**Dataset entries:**
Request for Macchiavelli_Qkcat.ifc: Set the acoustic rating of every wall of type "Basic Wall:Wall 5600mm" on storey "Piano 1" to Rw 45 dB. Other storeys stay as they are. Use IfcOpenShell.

First a look at what the model holds.

```python
import ifcopenshell
import ifcopenshell.util.element

model = ifcopenshell.open("Macchiavelli_Qkcat.ifc")
print(model.schema)
storey = next(s for s in model.by_type("IfcBuildingStorey") if s.Name == "Piano 1")
walls = [e for e in ifcopenshell.util.element.get_decomposition(storey) if e.is_a("IfcWall")]
seen = {}
for e in walls:
    element_type = ifcopenshell.util.element.get_type(e)
    key = (element_type.Name if element_type != e and element_type else None, ifcopenshell.util.element.get_pset(e, "Pset_WallCommon", "AcousticRating"))
    seen[key] = seen.get(key, 0) + 1
for (name, value), count in sorted(seen.items(), key=str):
    print(count, "x", name, "|", value)
```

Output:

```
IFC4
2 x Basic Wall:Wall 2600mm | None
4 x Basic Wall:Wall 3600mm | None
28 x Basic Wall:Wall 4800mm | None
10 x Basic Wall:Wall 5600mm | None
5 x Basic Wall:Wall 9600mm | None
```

```python
import ifcopenshell
import ifcopenshell.api.pset
import ifcopenshell.util.element

model = ifcopenshell.open("Macchiavelli_Qkcat.ifc")

storey = next(s for s in model.by_type("IfcBuildingStorey") if s.Name == "Piano 1")
walls = [e for e in ifcopenshell.util.element.get_decomposition(storey) if e.is_a("IfcWall")]

count = 0
for e in walls:
    element_type = ifcopenshell.util.element.get_type(e)
    if element_type in (None, e) or element_type.Name != "Basic Wall:Wall 5600mm":
        continue
    # add_pset returns the element's existing set when there is one.
    pset = ifcopenshell.api.pset.add_pset(model, product=e, name="Pset_WallCommon")
    ifcopenshell.api.pset.edit_pset(model, pset=pset, properties={"AcousticRating": "Rw 45 dB"})
    count += 1

print(count, "walls updated")

model.write("Macchiavelli_Qkcat-out.ifc")
```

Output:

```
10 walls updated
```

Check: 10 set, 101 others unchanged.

**Aim of the task:**
Every record above must appear again in the answer, unchanged.

**Solution to this exercise:**
Request for Macchiavelli_Qkcat.ifc: Set the acoustic rating of every wall of type "Basic Wall:Wall 5600mm" on storey "Piano 1" to Rw 45 dB. Other storeys stay as they are. Use IfcOpenShell.

First a look at what the model holds.

```python
import ifcopenshell
import ifcopenshell.util.element

model = ifcopenshell.open("Macchiavelli_Qkcat.ifc")
print(model.schema)
storey = next(s for s in model.by_type("IfcBuildingStorey") if s.Name == "Piano 1")
walls = [e for e in ifcopenshell.util.element.get_decomposition(storey) if e.is_a("IfcWall")]
seen = {}
for e in walls:
    element_type = ifcopenshell.util.element.get_type(e)
    key = (element_type.Name if element_type != e and element_type else None, ifcopenshell.util.element.get_pset(e, "Pset_WallCommon", "AcousticRating"))
    seen[key] = seen.get(key, 0) + 1
for (name, value), count in sorted(seen.items(), key=str):
    print(count, "x", name, "|", value)
```

Output:

```
IFC4
2 x Basic Wall:Wall 2600mm | None
4 x Basic Wall:Wall 3600mm | None
28 x Basic Wall:Wall 4800mm | None
10 x Basic Wall:Wall 5600mm | None
5 x Basic Wall:Wall 9600mm | None
```

```python
import ifcopenshell
import ifcopenshell.api.pset
import ifcopenshell.util.element

model = ifcopenshell.open("Macchiavelli_Qkcat.ifc")

storey = next(s for s in model.by_type("IfcBuildingStorey") if s.Name == "Piano 1")
walls = [e for e in ifcopenshell.util.element.get_decomposition(storey) if e.is_a("IfcWall")]

count = 0
for e in walls:
    element_type = ifcopenshell.util.element.get_type(e)
    if element_type in (None, e) or element_type.Name != "Basic Wall:Wall 5600mm":
        continue
    # add_pset returns the element's existing set when there is one.
    pset = ifcopenshell.api.pset.add_pset(model, product=e, name="Pset_WallCommon")
    ifcopenshell.api.pset.edit_pset(model, pset=pset, properties={"AcousticRating": "Rw 45 dB"})
    count += 1

print(count, "walls updated")

model.write("Macchiavelli_Qkcat-out.ifc")
```

Output:

```
10 walls updated
```

Check: 10 set, 101 others unchanged.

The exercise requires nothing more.